Il résulte également des éléments du dossier que M. [Y] ayant développé une hernie discale, a été placé en arrêt de travail du 25 avril au 31 août 2017.
Le requérant soutient qu’il a continué à être sollicité au cours de cette période d’arrêt, et produit à l’appui de ses allégations :
Un courriel adressé le 3 mai 2017 à M. [T] (pièce n° 15 du requérant) dans lequel il explique : « Suite à la visite hier chez mon médecin traitant en rapport avec mon hospitalisation de la semaine dernière, le retour n’est pas celui que j’attendais… ; Je me suis fait remonter les bretelles quant au fait que je ne suivais pas à la lettre les recommandations qui m’avaient été faites précédemment. ; De ce fait, il m’a prolongé jusqu’au 21-05 inclus avec obligation de repos absolu et position horizontale jusqu’à nouvel ordre. (…) ; Aujourd’hui, je m’organise en fonction de tout cela, je reste en contact permanant avec l’équipe de [Localité 10] et fais le maximum en partenariat avec l’équipe [17] de [Localité 13] pour gérer les dossiers en cours et à venir. (…) ; De mon côté, même si ça n’est pas simple, je fais en sorte de suivre les dossiers en cours et à venir. » ;
Un courriel de Monsieur [L] [N], directeur de l’établissement de [Localité 18], du 11 mai 2017 (pièce n° 17 du requérant) dans lequel l’auteur, lui indiquant qu’il le « laisse gérer », lui transmet un courriel du jour même rédigé par Monsieur [P] [J], directeur de l’établissement de [Localité 16], adressé aux directeurs d’établissement, dont M. [Y], leur demandant de lui transmettre pour le 12 mai suivant leurs « portefeuilles [17] et chantiers à fin avril 2017 », leur prévisionnel pour le mois de mai, leurs perspectives pour le deuxième trimestre, les points particuliers qu’ils souhaitent aborder lors du prochain « COMAC », les sujets ressources humaines et les difficultés rencontrées ;
Un courriel de Monsieur [E] [V], ancien responsable des ressources humaines, du 19 mai 2017 adressé à MM. [N] et [Y] leur demandant d’effectuer « le focus sur les postes clés » et « l’évaluation des compétences sur la base de la 9 box » puis de lui envoyer le fichier ;
Un courriel de M. [T] du 31 mai 2017 (pièce n° 16 du requérant) aux termes duquel celui-ci lui communique sa proposition de grille de bonus pour l’année en cours.

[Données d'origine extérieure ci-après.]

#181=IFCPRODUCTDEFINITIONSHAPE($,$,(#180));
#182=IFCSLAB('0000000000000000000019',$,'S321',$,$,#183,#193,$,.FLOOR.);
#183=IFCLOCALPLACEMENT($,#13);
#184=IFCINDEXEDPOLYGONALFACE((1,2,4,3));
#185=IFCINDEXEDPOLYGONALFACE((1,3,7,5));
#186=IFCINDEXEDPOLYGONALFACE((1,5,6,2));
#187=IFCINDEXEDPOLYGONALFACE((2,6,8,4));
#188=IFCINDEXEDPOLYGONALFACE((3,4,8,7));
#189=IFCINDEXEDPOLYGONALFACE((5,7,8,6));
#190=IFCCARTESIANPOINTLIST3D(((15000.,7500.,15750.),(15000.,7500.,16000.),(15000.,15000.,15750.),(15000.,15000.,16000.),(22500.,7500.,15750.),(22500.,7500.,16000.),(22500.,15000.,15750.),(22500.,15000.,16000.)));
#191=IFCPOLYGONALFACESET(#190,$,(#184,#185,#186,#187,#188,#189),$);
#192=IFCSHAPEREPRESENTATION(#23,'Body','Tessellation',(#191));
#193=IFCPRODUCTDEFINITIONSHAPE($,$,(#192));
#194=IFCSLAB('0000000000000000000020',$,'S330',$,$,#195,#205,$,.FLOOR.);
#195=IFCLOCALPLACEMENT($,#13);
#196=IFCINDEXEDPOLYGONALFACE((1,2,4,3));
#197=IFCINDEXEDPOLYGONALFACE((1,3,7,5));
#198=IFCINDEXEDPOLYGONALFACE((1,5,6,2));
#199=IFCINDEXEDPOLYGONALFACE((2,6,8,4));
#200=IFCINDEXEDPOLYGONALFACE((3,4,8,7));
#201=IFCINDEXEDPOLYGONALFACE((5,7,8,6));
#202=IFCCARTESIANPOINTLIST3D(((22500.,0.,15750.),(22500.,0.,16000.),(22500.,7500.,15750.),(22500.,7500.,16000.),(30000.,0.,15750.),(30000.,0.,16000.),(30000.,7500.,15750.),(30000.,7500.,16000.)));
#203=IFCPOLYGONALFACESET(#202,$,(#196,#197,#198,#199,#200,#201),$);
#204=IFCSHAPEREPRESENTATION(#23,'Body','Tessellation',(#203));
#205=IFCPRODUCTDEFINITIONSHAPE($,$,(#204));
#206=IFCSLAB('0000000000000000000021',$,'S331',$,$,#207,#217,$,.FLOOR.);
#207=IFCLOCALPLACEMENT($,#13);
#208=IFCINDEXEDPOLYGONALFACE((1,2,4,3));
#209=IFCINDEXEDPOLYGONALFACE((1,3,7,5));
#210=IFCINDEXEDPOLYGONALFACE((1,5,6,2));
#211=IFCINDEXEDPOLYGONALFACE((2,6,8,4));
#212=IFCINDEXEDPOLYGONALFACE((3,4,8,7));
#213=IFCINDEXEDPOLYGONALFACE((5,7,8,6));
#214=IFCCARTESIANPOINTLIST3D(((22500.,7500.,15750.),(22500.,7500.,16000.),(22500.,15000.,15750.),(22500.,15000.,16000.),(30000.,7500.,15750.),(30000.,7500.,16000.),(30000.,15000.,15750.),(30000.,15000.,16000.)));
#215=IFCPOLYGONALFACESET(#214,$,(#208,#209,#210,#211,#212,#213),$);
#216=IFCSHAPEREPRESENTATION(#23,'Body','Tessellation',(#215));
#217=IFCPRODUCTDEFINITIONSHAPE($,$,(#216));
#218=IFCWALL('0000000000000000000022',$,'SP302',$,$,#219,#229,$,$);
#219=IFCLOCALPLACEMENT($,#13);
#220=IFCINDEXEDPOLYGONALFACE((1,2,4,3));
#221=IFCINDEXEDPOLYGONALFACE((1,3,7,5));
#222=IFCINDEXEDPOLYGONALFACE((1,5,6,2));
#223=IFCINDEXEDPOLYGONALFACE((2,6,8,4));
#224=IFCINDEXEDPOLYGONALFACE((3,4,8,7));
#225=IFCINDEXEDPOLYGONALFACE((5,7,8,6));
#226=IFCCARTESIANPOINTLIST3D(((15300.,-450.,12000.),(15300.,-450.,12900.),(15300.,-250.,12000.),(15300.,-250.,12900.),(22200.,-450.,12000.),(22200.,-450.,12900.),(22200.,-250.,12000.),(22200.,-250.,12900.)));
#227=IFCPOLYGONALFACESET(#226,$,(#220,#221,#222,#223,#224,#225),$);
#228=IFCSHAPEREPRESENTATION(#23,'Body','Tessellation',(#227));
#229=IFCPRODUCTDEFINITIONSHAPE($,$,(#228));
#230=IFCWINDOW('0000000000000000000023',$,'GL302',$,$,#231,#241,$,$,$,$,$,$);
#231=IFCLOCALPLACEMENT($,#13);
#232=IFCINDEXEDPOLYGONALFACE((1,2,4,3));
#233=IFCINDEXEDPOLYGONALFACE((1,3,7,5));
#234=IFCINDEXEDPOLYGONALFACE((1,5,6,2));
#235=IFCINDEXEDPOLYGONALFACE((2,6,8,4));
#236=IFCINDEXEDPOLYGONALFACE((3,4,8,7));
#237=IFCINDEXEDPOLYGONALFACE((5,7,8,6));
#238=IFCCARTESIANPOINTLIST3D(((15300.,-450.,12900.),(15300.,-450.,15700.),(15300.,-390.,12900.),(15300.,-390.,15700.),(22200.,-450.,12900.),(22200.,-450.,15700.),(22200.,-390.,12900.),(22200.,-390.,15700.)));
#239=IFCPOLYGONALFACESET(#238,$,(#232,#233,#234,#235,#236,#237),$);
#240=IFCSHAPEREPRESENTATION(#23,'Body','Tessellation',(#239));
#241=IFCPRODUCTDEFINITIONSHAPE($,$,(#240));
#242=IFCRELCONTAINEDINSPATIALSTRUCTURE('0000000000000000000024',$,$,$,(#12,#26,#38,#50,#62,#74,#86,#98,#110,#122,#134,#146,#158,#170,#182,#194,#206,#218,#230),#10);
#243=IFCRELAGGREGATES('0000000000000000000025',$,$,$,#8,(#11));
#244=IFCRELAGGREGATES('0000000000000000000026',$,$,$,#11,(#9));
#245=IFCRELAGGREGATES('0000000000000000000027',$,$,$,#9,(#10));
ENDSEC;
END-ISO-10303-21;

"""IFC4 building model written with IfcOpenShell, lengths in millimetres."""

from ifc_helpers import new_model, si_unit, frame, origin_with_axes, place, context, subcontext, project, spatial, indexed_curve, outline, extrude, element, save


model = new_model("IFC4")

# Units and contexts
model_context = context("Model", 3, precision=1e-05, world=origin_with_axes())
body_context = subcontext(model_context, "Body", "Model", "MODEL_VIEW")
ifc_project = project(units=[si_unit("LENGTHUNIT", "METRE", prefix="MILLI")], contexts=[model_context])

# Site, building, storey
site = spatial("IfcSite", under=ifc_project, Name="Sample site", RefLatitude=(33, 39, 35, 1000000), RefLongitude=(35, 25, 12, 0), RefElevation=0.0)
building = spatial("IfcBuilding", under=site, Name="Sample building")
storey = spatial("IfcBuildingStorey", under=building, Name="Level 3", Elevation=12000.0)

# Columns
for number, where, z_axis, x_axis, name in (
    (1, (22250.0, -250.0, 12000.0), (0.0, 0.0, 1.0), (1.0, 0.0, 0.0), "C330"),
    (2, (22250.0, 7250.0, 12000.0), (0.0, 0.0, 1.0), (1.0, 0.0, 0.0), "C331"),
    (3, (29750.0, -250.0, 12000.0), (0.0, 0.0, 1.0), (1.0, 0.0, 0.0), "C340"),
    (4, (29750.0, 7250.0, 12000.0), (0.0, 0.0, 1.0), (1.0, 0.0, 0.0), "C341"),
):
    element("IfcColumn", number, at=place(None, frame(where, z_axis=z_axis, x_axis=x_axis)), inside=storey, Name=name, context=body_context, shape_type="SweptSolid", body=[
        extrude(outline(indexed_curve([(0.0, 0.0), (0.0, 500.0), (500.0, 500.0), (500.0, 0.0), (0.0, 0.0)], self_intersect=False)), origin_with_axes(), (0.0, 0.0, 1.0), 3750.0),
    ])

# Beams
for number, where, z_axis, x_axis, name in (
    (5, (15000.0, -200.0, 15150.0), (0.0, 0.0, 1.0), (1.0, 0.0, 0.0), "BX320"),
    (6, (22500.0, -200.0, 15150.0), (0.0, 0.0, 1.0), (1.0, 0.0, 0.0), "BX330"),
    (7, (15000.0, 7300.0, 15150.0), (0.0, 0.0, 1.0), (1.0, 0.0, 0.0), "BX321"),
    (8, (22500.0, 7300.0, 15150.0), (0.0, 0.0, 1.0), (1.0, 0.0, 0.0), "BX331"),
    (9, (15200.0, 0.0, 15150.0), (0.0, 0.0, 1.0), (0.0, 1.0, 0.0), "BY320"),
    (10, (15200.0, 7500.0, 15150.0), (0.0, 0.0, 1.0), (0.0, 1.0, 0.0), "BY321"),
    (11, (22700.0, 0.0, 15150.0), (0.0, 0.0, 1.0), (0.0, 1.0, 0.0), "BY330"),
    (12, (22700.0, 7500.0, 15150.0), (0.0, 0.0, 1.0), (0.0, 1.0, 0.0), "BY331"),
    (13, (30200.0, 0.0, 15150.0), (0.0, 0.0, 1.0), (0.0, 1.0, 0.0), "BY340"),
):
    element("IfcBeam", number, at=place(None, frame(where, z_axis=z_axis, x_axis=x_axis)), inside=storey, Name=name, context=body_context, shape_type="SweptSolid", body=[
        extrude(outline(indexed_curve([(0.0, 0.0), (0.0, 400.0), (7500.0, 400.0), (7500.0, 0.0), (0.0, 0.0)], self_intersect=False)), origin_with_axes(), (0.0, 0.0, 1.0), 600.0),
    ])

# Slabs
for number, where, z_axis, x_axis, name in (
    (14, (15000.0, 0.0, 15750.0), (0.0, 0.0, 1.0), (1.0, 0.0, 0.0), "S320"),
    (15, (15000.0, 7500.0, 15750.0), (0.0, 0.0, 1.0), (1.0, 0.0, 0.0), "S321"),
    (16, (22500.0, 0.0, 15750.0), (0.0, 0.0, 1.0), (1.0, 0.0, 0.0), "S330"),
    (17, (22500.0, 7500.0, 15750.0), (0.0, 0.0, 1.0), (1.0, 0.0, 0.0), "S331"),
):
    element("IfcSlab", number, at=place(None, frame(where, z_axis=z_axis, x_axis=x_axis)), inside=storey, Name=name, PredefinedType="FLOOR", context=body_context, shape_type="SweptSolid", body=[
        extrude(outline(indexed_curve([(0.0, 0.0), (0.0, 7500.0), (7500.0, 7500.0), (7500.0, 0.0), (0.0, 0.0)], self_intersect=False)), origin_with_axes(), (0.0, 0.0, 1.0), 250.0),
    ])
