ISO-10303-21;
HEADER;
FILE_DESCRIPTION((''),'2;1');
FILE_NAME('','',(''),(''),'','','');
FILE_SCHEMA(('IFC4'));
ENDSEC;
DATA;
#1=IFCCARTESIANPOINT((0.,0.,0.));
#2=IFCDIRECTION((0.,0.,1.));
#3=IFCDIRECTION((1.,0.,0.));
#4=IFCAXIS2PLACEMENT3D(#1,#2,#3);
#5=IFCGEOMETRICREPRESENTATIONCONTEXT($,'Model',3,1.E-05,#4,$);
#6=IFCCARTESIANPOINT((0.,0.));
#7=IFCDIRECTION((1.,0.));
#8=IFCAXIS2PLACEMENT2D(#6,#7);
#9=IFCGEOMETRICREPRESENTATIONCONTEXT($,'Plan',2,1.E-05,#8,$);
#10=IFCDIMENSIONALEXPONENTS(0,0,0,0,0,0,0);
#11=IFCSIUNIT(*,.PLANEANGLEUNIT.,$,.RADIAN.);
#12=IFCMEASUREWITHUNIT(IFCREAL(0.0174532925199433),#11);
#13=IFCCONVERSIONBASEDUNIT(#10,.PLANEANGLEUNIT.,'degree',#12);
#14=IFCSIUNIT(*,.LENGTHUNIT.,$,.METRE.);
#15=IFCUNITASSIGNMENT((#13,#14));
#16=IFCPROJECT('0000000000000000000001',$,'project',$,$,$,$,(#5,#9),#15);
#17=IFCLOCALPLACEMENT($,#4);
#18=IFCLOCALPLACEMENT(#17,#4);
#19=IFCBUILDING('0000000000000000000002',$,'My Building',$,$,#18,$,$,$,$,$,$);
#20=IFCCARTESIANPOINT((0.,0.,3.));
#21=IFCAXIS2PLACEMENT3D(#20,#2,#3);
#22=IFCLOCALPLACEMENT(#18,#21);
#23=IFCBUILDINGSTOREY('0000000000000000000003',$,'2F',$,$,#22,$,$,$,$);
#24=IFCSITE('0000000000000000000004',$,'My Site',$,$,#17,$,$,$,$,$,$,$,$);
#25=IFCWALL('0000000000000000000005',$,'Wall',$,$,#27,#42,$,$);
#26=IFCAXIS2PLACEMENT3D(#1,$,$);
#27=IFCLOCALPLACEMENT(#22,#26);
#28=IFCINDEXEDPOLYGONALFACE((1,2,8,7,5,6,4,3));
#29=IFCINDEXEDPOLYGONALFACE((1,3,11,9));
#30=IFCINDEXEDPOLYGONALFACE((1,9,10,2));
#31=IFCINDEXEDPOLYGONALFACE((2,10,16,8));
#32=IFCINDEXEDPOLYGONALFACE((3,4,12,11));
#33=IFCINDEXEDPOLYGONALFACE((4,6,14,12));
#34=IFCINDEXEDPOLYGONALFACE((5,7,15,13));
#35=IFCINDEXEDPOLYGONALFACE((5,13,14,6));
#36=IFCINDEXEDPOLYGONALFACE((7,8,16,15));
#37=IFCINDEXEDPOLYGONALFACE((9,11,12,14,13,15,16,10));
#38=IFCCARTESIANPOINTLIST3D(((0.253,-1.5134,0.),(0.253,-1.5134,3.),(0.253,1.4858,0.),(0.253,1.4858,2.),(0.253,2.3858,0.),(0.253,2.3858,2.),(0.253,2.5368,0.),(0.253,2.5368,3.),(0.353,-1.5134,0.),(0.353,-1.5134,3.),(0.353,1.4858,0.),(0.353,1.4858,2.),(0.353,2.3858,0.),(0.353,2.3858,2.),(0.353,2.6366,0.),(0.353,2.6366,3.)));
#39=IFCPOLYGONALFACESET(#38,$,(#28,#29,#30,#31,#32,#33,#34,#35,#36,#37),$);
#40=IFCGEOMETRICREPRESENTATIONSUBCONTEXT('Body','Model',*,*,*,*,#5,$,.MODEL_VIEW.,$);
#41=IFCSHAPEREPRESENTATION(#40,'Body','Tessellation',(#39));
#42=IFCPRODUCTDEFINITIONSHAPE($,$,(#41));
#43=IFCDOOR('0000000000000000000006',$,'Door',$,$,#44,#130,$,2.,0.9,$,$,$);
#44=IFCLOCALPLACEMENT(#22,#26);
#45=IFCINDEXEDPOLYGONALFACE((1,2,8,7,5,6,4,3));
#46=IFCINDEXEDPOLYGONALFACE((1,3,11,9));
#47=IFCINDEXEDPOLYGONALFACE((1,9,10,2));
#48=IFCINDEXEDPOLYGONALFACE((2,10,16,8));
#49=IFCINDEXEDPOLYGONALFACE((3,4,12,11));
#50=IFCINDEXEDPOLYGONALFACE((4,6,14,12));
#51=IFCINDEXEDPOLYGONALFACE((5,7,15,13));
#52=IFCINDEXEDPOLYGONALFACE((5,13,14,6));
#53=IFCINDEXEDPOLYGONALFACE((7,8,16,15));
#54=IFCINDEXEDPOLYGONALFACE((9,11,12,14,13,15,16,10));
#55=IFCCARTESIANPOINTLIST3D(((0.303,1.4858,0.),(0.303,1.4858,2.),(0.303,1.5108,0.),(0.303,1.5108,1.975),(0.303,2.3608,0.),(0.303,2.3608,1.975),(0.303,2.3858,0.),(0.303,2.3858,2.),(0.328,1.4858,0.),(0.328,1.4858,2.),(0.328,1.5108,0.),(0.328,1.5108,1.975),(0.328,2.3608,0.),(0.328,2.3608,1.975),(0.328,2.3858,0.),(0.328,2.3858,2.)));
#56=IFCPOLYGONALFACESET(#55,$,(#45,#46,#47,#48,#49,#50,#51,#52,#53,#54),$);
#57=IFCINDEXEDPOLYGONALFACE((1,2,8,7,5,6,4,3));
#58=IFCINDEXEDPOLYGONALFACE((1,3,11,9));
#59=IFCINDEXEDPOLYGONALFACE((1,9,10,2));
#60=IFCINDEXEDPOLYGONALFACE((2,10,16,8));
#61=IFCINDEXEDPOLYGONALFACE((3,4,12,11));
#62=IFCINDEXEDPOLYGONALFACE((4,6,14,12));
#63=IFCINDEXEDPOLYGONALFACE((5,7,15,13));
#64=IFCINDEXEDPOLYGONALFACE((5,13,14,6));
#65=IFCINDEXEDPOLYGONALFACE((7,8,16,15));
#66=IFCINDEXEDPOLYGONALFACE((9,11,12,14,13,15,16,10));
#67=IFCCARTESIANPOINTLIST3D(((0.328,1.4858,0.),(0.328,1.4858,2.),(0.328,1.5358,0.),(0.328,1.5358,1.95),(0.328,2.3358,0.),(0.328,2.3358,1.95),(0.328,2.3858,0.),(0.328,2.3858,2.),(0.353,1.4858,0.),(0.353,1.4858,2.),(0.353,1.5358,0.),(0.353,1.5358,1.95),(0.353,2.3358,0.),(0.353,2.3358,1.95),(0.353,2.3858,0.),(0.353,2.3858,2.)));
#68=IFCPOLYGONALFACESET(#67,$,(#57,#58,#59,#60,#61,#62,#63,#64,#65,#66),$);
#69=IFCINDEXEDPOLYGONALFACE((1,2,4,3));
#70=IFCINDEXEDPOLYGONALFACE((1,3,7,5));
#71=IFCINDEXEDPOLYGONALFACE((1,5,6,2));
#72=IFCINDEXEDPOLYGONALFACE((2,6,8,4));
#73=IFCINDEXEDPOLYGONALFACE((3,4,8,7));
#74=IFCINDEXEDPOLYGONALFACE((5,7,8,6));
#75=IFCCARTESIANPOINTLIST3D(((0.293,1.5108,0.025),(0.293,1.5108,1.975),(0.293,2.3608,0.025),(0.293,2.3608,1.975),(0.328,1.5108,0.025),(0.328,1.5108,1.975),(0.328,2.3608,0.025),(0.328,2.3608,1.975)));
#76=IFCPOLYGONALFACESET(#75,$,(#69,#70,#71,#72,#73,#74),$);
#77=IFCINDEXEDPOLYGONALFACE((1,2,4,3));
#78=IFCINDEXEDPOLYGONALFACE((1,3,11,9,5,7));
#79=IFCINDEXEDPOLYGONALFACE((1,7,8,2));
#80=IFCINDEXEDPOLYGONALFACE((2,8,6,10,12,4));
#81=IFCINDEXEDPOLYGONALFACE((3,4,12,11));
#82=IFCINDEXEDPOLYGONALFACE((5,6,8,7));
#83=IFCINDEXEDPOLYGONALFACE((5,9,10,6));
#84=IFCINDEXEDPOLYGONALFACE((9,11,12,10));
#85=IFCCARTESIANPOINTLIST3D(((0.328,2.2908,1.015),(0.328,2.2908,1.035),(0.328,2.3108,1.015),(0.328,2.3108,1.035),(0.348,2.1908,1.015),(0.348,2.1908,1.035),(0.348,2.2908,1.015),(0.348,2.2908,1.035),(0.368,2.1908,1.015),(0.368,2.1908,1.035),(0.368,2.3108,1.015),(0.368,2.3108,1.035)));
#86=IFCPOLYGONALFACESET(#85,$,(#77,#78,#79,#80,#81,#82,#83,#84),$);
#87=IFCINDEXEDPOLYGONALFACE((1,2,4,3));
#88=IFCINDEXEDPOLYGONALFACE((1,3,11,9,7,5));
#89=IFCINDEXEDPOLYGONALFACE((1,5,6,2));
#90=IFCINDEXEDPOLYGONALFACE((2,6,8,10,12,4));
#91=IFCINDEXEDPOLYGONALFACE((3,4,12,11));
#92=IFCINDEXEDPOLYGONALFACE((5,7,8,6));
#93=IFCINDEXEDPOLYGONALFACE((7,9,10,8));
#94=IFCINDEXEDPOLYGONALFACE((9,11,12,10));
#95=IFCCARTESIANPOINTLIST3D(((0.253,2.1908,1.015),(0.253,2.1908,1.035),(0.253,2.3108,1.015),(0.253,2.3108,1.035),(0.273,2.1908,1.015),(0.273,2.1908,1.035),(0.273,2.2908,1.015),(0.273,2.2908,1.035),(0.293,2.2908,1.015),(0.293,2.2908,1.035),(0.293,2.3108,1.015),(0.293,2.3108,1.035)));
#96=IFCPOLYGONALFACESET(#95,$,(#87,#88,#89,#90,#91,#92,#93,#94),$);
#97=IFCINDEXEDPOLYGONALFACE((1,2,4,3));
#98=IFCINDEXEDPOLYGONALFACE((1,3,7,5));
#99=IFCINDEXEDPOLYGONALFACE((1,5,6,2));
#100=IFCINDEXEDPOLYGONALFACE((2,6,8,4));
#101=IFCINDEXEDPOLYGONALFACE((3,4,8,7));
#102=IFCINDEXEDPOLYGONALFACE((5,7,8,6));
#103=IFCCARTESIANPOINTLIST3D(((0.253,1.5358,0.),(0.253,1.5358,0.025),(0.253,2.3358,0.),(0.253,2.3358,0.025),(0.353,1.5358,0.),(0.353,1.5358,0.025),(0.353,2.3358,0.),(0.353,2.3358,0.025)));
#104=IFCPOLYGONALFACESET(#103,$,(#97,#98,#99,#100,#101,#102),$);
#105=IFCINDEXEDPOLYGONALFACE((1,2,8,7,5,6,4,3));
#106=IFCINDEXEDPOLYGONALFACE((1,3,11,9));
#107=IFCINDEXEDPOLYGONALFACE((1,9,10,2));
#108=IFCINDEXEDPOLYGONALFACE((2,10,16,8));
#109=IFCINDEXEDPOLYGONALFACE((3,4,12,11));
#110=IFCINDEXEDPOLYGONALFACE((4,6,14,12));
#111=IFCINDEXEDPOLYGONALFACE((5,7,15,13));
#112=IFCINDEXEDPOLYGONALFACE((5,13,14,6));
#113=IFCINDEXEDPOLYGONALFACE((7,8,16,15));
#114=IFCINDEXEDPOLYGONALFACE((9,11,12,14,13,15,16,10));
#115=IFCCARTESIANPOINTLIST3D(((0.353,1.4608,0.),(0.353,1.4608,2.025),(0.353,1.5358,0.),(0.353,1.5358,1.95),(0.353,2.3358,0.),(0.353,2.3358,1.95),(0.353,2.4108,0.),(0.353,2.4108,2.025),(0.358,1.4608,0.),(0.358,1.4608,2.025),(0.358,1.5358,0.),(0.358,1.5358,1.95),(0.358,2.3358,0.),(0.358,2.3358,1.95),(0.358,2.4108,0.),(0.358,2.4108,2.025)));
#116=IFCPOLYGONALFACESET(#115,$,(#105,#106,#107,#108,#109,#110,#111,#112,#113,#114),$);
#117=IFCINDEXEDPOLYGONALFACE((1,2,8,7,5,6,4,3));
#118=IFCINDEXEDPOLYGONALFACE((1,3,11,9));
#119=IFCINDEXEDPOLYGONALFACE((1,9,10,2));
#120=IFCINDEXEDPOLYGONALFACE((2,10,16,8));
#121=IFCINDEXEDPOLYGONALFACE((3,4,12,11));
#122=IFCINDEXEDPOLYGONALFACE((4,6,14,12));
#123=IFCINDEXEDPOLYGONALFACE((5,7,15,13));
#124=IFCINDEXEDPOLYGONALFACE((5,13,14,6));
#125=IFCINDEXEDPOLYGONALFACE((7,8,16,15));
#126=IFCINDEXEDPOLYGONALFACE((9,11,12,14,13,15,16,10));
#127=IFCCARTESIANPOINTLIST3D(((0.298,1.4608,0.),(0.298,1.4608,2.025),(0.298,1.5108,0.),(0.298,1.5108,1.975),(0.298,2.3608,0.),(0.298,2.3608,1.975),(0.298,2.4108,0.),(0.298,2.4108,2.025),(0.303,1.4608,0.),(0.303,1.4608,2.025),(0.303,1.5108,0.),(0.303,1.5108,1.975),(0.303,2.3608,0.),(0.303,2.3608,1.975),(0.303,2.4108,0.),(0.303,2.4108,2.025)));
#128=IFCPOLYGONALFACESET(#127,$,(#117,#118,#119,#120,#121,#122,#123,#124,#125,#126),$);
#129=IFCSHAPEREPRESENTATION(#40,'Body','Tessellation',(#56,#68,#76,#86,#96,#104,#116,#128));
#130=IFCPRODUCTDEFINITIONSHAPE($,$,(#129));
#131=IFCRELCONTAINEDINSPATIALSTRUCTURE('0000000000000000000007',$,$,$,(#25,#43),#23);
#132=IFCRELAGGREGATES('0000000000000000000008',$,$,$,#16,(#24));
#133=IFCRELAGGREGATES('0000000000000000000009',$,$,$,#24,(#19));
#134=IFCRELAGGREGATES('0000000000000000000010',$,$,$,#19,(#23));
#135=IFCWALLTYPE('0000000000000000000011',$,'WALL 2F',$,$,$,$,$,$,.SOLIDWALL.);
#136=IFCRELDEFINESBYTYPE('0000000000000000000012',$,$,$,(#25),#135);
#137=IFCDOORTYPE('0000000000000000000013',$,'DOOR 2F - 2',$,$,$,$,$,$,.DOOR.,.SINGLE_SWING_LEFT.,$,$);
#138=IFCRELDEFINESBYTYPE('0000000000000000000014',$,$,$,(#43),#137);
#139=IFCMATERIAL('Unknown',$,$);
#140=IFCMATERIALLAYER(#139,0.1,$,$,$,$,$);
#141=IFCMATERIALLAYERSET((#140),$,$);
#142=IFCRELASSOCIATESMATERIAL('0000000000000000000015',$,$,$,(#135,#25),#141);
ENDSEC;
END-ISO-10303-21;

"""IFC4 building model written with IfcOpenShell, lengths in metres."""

from ifc_helpers import new_model, entity, si_unit, converted_unit, frame, origin_with_axes, origin_2d_with_axis, place, context, subcontext, project, spatial, line, indexed_curve, outline, extrude, shape, source, transform, mapped, material, layer, layer_set, layer_usage, type_object, type_shapes, element, fill, save


model = new_model("IFC4")

# Units and contexts
model_context = context("Model", 3, precision=1e-05, world=origin_with_axes())
plan_context = context("Plan", 2, precision=1e-05, world=origin_2d_with_axis())
body_context_1 = subcontext(model_context, "Body", "Model", "MODEL_VIEW")
body_context_2 = subcontext(plan_context, "Body", "Plan", "PLAN_VIEW")
ifc_project = project(units=[converted_unit("PLANEANGLEUNIT", "degree", entity("IfcReal", 0.0174532925199433), si_unit("PLANEANGLEUNIT", "RADIAN"), dimensions=[0, 0, 0, 0, 0, 0, 0]), si_unit("LENGTHUNIT", "METRE")], contexts=[model_context, plan_context])

# Site, building, storey
site_placement = place(None, origin_with_axes())
site = spatial("IfcSite", under=ifc_project, at=site_placement, Name="My Site")
building_placement = place(site_placement, origin_with_axes())
building = spatial("IfcBuilding", under=site, at=building_placement, Name="My Building")
storey_placement = place(building_placement, frame((0.0, 0.0, 3.0), z_axis=(0.0, 0.0, 1.0), x_axis=(1.0, 0.0, 0.0)))
storey = spatial("IfcBuildingStorey", under=building, at=storey_placement, Name="2F")

# Shared definitions
ifc_material = material(Name="Unknown")

# Shared definitions
ifc_layer = layer(ifc_material, 0.1)
ifc_layer_set = layer_set([ifc_layer])
wall_type = type_object("IfcWallType", Name="WALL 2F", PredefinedType="SOLIDWALL", material=ifc_layer_set)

Les courriels de MM. [N] et [J] du 11 mai 2017, dans la mesure où ils ont été envoyés au requérant par deux de ses collègues occupant un poste hiérarchiquement équivalent au sien, ne peuvent être considérés comme un travail commandé émanant d’un supérieur hiérarchique susceptibles de constituer une faute de l’employeur.
En revanche, les courriels des 19 et 31 mai 2017, qui ont été adressés par ses supérieurs hiérarchiques et, loin de constituer une simple demande de remise de certains documents ou informations nécessaires au bon fonctionnement de l’entreprise, impliquaient une véritable prestation de travail de la part de M. [Y], caractérisent une faute de l’employeur.
Il est à ce titre observé que le fait que M. [Y] ne soit pas le seul destinataire du courriel du 11 mai 2017 n’est pas de nature à minorer la gravité de la faute, dans la mesure où il appartenait à son auteur d’exclure expressément M. [Y] des destinataires tenus de répondre aux demandes formulées.
De plus, en l’absence de tout élément de nature à le remettre en cause, le courriel du 3 mai 2017 prouve qu’avant cette date, M. [Y], bien que placé en arrêt de travail, a continué à travailler et qu’en dépit de la demande impérieuse de cesser tout travail formulée par son médecin, il a informé son supérieur qu’il demeurait en contact permanent avec son équipe et qu’il allait participer à la gestion et au suivi des dossiers en cours et à venir.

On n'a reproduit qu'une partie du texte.